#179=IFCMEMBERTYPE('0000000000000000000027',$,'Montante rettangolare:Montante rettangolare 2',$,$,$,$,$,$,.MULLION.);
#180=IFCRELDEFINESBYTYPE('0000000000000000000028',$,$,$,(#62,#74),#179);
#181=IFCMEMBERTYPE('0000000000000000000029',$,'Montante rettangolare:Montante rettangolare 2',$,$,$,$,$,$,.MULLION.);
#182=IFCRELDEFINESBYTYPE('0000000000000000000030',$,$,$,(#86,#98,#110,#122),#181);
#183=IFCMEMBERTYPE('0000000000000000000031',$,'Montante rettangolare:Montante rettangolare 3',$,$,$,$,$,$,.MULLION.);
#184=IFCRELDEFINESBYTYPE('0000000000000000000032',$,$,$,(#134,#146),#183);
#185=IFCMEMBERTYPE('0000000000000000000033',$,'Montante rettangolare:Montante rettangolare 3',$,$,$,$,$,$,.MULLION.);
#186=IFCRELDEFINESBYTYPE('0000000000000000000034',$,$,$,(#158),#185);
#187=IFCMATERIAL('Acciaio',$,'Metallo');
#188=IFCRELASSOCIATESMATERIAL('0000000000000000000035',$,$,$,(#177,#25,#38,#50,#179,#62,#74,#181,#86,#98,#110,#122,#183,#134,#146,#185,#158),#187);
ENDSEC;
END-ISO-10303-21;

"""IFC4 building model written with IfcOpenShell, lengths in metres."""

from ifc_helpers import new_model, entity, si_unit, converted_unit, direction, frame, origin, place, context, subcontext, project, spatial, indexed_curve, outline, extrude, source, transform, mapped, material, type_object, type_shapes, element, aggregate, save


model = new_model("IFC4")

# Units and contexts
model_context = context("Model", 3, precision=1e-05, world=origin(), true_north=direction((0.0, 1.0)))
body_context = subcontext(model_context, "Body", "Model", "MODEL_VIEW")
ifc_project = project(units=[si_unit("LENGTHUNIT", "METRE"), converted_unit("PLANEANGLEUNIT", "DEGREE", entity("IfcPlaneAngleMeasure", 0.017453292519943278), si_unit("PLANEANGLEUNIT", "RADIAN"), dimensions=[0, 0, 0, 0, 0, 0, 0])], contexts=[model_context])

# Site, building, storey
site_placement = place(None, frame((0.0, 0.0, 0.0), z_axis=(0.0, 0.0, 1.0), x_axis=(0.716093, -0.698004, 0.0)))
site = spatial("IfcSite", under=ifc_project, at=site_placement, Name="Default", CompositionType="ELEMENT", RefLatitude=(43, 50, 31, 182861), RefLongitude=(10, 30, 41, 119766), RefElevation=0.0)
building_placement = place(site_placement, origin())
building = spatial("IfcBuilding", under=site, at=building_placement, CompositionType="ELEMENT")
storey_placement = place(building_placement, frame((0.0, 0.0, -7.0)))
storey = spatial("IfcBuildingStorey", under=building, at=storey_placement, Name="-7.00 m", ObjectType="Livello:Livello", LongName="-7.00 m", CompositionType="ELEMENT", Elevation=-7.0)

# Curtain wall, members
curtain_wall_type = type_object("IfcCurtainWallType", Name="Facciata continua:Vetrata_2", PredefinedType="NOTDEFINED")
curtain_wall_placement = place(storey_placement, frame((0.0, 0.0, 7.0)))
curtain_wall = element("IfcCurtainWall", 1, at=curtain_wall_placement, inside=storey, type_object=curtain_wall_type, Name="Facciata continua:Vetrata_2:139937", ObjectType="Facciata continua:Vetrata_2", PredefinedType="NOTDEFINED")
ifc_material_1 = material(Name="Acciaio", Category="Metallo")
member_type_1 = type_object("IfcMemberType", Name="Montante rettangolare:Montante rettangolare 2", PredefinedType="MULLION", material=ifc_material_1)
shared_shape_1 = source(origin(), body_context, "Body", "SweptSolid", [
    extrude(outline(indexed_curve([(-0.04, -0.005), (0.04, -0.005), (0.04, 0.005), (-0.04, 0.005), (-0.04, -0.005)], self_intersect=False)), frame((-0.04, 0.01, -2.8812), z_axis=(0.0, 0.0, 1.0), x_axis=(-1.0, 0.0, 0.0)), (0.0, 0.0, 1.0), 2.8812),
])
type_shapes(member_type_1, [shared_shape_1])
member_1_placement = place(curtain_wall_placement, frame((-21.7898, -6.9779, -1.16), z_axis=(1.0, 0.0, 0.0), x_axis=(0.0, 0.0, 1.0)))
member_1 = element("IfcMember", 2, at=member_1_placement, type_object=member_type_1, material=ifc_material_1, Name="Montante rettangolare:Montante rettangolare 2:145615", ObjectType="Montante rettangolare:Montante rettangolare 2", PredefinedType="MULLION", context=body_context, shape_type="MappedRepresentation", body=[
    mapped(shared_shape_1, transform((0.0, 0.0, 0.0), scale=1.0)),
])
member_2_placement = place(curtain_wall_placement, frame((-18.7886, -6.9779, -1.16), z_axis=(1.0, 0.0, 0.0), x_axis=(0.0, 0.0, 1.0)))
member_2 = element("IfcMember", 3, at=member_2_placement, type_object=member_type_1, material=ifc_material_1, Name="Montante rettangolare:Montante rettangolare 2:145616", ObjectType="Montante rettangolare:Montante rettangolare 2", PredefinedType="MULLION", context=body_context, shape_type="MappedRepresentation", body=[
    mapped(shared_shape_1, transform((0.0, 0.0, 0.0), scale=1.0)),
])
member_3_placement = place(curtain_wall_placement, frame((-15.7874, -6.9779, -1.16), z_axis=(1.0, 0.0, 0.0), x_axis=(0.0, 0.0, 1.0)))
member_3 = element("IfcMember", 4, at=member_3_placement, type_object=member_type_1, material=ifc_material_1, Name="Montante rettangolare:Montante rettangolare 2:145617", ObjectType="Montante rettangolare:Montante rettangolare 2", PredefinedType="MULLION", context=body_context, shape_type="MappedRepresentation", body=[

> [PROBLEM DETAILS]: All lines above containing the string "subcontext": copy each one.

> [ANSWER TO THIS EXERCISE]:
from ifc_helpers import new_model, entity, si_unit, converted_unit, direction, frame, origin, place, context, subcontext, project, spatial, indexed_curve, outline, extrude, source, transform, mapped, material, type_object, type_shapes, element, aggregate, save
body_context = subcontext(model_context, "Body", "Model", "MODEL_VIEW")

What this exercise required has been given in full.